== About this task ==
Scan the lines below; pull out those with "Check".

== Source records ==
________________________
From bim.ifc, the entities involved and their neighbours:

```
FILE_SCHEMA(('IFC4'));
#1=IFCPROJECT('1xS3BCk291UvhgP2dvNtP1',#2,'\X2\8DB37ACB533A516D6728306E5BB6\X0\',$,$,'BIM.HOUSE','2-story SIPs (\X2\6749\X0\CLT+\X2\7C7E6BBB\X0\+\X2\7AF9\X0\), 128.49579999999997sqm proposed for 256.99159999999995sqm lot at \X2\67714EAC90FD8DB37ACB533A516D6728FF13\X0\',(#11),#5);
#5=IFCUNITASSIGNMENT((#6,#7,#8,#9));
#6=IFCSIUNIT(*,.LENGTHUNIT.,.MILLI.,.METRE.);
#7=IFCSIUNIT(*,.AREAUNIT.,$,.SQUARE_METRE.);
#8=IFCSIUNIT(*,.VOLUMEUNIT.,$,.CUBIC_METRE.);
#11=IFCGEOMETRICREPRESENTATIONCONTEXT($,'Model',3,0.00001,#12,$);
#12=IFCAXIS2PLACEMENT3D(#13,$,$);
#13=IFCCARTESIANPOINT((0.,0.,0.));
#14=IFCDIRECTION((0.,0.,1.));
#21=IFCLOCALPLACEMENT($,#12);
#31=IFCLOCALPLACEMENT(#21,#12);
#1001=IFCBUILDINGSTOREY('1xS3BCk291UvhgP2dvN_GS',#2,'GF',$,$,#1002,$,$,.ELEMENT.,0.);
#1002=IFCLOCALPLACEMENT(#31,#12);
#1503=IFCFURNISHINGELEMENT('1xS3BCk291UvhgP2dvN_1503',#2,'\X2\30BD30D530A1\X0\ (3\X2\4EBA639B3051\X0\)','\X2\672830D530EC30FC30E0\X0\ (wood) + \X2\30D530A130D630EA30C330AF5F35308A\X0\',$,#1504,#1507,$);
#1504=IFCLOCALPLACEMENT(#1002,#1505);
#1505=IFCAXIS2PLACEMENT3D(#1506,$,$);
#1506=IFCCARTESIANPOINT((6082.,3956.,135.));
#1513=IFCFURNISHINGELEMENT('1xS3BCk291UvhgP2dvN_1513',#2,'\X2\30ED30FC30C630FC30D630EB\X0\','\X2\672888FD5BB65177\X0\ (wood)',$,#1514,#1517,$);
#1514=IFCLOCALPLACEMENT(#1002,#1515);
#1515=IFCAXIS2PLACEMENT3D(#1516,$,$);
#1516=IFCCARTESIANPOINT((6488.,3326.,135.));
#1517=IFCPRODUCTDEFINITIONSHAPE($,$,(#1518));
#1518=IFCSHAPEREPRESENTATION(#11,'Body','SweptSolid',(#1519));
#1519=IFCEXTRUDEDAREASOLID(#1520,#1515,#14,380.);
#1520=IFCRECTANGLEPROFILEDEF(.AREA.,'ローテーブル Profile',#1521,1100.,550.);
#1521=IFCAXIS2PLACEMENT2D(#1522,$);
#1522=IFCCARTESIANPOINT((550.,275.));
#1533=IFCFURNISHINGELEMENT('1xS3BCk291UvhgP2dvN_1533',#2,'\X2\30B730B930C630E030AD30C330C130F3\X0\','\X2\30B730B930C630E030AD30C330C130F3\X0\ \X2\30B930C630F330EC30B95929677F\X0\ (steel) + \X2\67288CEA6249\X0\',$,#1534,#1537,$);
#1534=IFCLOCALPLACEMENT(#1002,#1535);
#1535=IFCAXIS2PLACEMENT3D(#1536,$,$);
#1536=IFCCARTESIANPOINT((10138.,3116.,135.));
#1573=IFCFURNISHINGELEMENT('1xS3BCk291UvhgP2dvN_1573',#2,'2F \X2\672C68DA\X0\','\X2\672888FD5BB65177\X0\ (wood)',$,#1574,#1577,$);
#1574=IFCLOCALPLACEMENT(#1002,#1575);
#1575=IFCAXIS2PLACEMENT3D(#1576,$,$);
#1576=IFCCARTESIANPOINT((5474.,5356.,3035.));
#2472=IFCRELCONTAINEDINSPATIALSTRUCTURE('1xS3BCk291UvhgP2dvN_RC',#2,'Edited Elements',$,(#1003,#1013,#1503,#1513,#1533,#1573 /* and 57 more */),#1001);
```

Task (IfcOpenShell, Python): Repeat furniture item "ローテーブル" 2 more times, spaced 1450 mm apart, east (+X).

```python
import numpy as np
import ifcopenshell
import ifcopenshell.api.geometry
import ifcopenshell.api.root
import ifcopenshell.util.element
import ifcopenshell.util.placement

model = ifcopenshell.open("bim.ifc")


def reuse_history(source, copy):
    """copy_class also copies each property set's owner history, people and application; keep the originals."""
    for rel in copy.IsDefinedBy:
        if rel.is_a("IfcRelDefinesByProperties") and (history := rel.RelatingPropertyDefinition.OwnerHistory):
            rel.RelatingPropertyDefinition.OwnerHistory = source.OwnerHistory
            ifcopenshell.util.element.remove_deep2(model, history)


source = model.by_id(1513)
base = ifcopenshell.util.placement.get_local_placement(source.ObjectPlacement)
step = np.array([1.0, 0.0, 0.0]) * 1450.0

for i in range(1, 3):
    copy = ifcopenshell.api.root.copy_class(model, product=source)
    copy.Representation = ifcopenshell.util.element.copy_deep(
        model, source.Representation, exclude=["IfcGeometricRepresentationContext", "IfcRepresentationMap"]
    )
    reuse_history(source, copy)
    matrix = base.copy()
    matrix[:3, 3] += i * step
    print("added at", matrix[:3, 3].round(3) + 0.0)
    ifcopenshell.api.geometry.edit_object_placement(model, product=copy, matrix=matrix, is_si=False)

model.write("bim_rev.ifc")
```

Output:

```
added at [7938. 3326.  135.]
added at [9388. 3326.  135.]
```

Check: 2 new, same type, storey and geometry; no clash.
________________________
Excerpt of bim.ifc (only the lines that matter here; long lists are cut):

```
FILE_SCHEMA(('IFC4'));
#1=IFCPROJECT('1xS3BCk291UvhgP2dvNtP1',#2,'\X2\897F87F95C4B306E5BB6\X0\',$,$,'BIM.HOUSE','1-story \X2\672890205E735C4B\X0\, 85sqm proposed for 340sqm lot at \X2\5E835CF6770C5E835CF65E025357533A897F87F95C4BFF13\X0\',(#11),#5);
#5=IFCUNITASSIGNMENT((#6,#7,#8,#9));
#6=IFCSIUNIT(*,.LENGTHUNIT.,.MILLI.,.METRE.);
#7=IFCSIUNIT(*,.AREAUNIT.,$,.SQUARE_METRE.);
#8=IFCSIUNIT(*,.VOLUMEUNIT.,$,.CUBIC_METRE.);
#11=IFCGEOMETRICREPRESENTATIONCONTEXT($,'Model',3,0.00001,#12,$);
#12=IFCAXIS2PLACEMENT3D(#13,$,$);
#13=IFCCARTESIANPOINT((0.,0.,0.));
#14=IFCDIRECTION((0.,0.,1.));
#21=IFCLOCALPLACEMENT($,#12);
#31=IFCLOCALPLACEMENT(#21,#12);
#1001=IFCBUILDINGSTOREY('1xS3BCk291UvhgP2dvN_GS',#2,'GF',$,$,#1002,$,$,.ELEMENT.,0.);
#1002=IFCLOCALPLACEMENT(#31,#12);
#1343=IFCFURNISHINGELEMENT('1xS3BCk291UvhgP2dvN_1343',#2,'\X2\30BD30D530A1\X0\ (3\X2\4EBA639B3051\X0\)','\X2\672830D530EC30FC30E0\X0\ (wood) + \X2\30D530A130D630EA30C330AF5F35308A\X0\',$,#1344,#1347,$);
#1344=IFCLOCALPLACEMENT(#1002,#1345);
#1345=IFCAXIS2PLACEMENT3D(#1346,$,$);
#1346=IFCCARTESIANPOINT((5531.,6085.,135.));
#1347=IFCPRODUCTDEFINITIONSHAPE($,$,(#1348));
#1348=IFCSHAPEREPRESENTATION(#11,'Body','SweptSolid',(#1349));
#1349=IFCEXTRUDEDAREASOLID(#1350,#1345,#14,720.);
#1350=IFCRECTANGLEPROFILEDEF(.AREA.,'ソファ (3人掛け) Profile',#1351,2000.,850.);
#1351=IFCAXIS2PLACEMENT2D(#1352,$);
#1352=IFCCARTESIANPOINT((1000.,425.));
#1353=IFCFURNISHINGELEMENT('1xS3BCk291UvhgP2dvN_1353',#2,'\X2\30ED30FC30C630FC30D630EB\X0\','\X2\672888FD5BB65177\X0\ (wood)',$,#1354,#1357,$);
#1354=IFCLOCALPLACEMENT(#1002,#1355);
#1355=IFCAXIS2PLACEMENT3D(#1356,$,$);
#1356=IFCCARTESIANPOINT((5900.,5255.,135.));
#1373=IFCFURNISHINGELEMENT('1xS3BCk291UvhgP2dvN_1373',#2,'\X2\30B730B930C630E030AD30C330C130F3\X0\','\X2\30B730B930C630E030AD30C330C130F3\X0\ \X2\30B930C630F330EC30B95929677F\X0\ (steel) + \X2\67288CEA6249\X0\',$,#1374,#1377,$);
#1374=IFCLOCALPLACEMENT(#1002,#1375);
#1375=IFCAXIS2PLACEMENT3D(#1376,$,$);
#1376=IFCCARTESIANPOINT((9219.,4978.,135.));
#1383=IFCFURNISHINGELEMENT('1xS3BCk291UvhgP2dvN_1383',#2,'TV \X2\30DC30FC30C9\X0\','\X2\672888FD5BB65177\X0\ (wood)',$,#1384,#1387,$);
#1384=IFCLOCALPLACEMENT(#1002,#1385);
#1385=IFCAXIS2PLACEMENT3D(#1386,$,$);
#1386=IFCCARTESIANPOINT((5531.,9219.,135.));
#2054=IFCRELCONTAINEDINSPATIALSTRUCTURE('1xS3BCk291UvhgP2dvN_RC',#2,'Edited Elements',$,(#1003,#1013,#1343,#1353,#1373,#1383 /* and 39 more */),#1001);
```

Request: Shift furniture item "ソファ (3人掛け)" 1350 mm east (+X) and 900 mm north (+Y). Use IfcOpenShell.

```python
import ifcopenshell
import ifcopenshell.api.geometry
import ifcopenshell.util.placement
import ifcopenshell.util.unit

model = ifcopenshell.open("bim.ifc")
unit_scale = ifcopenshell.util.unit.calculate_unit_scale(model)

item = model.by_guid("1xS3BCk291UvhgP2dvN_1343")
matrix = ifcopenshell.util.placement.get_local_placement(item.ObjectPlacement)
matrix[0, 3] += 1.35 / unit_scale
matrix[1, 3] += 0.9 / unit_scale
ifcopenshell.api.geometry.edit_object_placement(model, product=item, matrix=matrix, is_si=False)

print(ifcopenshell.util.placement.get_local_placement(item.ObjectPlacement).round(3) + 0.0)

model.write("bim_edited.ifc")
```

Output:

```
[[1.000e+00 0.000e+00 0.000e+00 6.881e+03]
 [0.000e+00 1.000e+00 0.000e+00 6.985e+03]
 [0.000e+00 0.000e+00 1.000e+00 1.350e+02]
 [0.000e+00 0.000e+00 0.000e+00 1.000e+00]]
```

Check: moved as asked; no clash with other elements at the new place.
________________________
== Result of the exercise ==
Check: 2 new, same type, storey and geometry; no clash.
Check: moved as asked; no clash with other elements at the new place.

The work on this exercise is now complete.